* TASK OBJECTIVE: In the records that follow, find each line containing "IFCFURNISHINGELEMENT" and copy it.

[Recorded data]
_ _ _
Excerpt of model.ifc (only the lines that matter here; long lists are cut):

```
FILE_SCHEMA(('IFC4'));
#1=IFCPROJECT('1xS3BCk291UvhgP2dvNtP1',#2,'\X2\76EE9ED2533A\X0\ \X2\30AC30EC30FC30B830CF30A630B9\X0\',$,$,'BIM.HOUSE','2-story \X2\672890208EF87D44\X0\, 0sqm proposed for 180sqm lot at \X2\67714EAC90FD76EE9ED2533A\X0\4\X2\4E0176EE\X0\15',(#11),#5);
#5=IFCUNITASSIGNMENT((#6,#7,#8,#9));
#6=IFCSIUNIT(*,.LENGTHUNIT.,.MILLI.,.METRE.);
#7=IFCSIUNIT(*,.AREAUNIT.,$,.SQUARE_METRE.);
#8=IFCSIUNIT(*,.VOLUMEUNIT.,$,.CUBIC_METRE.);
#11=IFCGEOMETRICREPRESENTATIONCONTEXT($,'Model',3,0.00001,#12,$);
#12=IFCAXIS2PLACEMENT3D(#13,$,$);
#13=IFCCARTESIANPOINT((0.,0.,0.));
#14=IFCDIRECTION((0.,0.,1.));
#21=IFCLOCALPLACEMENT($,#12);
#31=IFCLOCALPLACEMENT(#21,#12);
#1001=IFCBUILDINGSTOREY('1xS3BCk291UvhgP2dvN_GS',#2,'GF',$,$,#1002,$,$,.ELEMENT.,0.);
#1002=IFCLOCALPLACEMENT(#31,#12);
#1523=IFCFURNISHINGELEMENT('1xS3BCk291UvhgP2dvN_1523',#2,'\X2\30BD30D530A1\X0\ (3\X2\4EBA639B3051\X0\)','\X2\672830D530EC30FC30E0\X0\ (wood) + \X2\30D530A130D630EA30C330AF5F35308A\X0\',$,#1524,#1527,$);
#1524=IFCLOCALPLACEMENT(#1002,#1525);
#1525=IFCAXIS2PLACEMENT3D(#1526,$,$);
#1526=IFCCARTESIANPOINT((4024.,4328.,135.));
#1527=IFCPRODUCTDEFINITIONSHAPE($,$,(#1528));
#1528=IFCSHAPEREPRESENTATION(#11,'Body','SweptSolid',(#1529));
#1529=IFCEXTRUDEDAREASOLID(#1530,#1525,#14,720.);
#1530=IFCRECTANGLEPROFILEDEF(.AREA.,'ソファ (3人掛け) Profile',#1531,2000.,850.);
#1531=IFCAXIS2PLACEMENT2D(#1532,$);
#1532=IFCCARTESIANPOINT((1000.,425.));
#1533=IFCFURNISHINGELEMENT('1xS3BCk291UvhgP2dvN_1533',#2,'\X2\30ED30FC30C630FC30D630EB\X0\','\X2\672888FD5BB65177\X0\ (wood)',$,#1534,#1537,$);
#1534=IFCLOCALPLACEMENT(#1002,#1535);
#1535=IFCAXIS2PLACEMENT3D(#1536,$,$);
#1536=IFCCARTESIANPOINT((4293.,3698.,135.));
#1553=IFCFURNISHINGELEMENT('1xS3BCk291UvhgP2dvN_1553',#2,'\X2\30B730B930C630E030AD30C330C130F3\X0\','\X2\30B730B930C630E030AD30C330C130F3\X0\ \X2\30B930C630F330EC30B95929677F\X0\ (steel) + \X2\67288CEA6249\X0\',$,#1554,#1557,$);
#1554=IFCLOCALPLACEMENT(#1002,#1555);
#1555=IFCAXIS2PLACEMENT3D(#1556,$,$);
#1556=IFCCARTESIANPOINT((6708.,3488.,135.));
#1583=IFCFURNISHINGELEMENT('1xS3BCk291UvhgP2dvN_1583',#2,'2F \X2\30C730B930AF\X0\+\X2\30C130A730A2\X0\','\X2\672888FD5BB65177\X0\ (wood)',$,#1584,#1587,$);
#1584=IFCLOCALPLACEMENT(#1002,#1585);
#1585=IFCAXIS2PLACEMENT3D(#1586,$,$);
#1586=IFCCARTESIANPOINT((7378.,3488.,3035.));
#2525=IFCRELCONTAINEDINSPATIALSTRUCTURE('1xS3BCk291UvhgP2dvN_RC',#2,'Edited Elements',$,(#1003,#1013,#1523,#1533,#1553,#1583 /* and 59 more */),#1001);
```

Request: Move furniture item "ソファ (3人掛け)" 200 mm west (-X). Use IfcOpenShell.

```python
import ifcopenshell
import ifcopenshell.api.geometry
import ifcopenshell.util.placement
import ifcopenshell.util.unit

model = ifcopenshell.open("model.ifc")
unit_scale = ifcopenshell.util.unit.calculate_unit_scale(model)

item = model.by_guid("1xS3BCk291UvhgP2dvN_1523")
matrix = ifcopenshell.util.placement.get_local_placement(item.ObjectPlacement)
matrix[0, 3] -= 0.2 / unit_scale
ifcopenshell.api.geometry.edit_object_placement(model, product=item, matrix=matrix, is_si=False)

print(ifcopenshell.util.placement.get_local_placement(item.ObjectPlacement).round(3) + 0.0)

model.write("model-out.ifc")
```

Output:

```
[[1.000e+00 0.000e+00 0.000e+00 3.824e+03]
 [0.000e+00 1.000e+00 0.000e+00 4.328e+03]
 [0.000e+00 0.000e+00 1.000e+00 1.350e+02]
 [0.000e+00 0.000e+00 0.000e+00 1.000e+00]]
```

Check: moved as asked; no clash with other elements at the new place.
_ _ _
* EXERCISE SOLUTION:
#1523=IFCFURNISHINGELEMENT('1xS3BCk291UvhgP2dvN_1523',#2,'\X2\30BD30D530A1\X0\ (3\X2\4EBA639B3051\X0\)','\X2\672830D530EC30FC30E0\X0\ (wood) + \X2\30D530A130D630EA30C330AF5F35308A\X0\',$,#1524,#1527,$);
#1533=IFCFURNISHINGELEMENT('1xS3BCk291UvhgP2dvN_1533',#2,'\X2\30ED30FC30C630FC30D630EB\X0\','\X2\672888FD5BB65177\X0\ (wood)',$,#1534,#1537,$);
#1553=IFCFURNISHINGELEMENT('1xS3BCk291UvhgP2dvN_1553',#2,'\X2\30B730B930C630E030AD30C330C130F3\X0\','\X2\30B730B930C630E030AD30C330C130F3\X0\ \X2\30B930C630F330EC30B95929677F\X0\ (steel) + \X2\67288CEA6249\X0\',$,#1554,#1557,$);
#1583=IFCFURNISHINGELEMENT('1xS3BCk291UvhgP2dvN_1583',#2,'2F \X2\30C730B930AF\X0\+\X2\30C130A730A2\X0\','\X2\672888FD5BB65177\X0\ (wood)',$,#1584,#1587,$);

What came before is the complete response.